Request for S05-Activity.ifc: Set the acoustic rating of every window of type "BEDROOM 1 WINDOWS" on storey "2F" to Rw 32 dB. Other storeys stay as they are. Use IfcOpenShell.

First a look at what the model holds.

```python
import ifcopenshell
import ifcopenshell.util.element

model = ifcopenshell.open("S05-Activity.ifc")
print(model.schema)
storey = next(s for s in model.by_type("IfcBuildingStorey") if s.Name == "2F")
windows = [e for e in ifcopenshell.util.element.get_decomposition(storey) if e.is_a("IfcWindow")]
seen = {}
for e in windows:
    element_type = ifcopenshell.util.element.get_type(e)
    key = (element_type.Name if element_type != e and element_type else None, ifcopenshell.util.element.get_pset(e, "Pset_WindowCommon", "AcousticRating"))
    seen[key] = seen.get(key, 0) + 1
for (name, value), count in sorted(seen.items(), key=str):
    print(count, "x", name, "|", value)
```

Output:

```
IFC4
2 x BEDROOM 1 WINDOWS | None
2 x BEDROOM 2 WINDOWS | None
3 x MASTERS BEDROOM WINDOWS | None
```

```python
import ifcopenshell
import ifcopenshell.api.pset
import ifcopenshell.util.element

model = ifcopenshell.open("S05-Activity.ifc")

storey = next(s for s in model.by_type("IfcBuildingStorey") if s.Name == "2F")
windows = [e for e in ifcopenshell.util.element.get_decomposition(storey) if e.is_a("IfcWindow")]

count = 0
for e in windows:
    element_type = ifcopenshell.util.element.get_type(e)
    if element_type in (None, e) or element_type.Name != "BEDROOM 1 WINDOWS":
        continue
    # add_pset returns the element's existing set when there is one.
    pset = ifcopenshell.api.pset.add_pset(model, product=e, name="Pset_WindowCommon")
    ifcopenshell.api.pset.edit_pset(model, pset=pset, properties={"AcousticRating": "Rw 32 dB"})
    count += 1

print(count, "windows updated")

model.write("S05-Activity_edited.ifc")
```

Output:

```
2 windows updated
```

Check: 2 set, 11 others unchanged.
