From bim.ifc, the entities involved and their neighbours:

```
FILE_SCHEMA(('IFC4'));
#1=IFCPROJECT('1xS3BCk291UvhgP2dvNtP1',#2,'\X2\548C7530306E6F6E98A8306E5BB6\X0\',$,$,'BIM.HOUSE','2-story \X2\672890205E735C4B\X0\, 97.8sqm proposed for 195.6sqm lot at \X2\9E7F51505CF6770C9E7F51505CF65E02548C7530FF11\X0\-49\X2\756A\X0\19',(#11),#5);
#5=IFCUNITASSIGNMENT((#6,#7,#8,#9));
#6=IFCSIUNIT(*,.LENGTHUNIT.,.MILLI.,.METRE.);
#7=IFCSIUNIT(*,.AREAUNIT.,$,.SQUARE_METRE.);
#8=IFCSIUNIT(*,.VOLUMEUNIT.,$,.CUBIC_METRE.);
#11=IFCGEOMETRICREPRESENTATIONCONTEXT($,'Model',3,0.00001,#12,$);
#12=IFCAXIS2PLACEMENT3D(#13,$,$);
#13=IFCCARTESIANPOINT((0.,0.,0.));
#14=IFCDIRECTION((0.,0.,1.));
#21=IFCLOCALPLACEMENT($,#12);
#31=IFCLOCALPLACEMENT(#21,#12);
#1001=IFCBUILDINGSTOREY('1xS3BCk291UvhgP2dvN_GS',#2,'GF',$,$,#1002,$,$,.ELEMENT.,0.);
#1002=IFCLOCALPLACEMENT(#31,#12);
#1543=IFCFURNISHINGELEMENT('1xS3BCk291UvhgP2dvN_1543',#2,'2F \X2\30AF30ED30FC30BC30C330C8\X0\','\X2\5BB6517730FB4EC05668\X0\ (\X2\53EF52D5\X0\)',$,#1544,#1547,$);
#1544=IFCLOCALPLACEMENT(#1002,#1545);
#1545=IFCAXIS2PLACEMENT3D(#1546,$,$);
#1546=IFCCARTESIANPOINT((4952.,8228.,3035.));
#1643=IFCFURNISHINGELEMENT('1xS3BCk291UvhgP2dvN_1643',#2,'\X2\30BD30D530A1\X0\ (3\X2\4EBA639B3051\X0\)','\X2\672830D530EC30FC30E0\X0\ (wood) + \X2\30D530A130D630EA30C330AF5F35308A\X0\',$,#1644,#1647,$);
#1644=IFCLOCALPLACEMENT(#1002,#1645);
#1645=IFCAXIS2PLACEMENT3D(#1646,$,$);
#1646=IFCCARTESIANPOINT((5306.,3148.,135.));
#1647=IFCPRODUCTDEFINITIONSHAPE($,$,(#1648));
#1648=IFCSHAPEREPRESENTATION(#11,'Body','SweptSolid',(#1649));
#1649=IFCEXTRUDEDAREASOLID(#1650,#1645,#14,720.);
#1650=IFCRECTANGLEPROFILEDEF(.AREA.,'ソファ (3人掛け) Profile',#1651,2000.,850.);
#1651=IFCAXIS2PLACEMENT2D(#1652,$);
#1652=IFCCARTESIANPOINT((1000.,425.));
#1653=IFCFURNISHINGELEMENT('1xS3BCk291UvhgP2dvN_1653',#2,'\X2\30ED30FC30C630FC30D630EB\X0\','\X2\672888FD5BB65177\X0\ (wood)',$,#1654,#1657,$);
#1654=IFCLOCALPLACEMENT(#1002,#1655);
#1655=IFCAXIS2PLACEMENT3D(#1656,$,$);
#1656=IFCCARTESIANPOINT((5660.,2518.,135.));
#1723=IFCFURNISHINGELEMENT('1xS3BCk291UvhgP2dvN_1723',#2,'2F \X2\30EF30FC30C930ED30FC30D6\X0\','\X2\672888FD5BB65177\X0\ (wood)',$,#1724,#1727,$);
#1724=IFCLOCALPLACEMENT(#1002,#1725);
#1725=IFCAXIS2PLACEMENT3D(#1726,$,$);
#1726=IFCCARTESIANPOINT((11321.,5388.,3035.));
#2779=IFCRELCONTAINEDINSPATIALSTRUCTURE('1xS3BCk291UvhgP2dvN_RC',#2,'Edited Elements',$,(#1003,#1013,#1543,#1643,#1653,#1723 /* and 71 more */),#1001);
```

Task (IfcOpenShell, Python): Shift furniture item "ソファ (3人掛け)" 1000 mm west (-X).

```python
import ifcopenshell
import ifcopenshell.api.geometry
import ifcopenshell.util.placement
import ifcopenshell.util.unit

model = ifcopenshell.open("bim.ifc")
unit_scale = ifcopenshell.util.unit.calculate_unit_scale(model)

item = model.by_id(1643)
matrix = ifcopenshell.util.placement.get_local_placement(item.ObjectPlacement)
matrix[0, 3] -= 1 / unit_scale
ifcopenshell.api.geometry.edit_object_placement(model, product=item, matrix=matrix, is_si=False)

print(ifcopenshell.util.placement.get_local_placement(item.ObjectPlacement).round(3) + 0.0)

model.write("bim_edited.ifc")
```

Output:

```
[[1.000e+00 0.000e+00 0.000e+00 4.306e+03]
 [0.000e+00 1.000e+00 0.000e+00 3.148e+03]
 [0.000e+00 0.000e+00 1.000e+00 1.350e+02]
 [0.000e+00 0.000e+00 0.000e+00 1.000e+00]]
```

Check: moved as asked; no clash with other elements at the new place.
▬▬▬
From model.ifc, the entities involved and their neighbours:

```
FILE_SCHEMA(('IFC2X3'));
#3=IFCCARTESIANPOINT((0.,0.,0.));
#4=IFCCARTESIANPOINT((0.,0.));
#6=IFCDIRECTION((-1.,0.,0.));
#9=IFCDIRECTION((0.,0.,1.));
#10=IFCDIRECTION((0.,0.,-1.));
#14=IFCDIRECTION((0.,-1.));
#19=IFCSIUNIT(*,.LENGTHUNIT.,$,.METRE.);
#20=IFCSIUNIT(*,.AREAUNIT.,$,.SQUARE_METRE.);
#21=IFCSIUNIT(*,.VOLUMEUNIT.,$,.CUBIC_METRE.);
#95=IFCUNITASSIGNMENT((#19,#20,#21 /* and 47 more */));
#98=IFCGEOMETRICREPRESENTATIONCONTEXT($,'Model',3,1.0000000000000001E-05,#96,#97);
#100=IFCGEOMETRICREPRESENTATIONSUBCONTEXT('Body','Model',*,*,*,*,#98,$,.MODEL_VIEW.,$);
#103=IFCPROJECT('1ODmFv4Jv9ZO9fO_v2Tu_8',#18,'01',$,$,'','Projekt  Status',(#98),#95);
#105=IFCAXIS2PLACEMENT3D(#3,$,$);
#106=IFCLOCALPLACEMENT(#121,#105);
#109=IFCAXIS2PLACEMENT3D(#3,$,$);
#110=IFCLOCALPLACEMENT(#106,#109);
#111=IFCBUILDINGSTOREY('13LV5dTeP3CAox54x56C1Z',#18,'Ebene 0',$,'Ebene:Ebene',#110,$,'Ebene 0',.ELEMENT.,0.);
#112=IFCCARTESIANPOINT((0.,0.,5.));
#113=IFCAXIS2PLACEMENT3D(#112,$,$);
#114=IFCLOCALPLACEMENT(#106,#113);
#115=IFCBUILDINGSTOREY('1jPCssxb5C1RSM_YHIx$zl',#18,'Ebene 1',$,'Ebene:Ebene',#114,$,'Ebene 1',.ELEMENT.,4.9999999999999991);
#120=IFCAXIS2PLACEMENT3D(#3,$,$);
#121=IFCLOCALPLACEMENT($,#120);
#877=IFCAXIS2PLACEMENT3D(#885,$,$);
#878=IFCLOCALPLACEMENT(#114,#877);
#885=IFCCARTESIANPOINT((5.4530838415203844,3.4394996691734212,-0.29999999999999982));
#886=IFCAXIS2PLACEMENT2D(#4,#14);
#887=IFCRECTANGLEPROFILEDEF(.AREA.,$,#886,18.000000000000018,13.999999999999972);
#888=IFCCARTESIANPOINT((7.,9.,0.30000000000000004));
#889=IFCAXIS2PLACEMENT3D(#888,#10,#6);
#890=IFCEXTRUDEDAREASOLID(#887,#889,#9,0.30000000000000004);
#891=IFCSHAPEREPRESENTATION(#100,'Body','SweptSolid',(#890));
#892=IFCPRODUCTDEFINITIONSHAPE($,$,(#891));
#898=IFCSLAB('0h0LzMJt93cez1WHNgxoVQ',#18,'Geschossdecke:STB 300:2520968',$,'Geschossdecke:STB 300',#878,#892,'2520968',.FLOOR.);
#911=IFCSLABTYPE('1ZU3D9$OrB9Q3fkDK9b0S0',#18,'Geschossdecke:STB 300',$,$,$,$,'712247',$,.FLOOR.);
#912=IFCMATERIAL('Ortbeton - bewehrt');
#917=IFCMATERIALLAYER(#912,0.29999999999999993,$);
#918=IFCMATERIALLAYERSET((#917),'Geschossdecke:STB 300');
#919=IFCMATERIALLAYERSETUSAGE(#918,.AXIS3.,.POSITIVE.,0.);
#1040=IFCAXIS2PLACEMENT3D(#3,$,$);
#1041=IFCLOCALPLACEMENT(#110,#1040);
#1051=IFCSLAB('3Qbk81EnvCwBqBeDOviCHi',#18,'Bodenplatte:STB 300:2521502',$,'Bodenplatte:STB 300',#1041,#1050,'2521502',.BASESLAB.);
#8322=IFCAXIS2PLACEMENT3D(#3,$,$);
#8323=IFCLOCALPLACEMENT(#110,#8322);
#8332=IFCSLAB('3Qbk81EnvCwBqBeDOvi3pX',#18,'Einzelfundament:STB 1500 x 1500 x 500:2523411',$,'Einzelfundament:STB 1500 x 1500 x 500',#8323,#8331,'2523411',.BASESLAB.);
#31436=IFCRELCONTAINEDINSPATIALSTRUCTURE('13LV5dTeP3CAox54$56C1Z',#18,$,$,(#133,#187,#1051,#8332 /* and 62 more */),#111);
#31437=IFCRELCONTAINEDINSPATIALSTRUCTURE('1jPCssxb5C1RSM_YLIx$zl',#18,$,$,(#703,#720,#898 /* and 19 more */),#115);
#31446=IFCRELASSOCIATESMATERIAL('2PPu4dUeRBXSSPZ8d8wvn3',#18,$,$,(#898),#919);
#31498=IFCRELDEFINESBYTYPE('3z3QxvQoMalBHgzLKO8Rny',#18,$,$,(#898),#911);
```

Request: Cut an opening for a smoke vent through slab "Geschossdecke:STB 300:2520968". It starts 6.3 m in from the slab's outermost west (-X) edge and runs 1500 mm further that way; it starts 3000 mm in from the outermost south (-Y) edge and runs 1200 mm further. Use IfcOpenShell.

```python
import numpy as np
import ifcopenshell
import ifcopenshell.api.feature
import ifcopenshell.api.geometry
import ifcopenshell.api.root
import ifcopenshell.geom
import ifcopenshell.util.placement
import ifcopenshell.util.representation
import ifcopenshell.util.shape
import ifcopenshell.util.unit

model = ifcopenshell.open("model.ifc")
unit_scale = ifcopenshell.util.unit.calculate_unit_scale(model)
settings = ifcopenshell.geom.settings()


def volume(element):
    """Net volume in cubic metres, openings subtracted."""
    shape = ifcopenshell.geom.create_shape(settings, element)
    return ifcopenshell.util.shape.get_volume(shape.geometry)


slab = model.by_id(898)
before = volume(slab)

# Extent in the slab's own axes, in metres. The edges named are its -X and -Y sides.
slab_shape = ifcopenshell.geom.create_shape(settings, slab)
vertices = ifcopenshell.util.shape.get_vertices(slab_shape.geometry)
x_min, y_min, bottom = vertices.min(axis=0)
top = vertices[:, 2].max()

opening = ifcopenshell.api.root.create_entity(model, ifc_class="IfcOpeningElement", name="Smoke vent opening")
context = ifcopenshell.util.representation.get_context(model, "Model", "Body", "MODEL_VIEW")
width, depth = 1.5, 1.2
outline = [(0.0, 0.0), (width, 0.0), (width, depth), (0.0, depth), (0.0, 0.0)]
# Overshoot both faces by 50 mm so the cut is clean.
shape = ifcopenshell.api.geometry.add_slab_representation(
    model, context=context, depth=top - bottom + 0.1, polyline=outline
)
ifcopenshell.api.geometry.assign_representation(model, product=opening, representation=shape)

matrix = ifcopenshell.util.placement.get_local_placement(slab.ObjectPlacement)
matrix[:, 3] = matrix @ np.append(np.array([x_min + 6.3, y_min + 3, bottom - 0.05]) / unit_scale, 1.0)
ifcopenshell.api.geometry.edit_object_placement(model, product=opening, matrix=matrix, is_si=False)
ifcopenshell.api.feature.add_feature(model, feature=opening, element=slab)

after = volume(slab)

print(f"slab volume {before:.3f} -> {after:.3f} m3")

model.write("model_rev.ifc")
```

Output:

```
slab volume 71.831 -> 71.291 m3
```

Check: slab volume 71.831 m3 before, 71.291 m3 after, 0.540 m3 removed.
▬▬▬
### What you need to do
Show all lines from the records above where the word "LENGTHUNIT" occurs.

### Output of the task
#6=IFCSIUNIT(*,.LENGTHUNIT.,.MILLI.,.METRE.);
#19=IFCSIUNIT(*,.LENGTHUNIT.,$,.METRE.);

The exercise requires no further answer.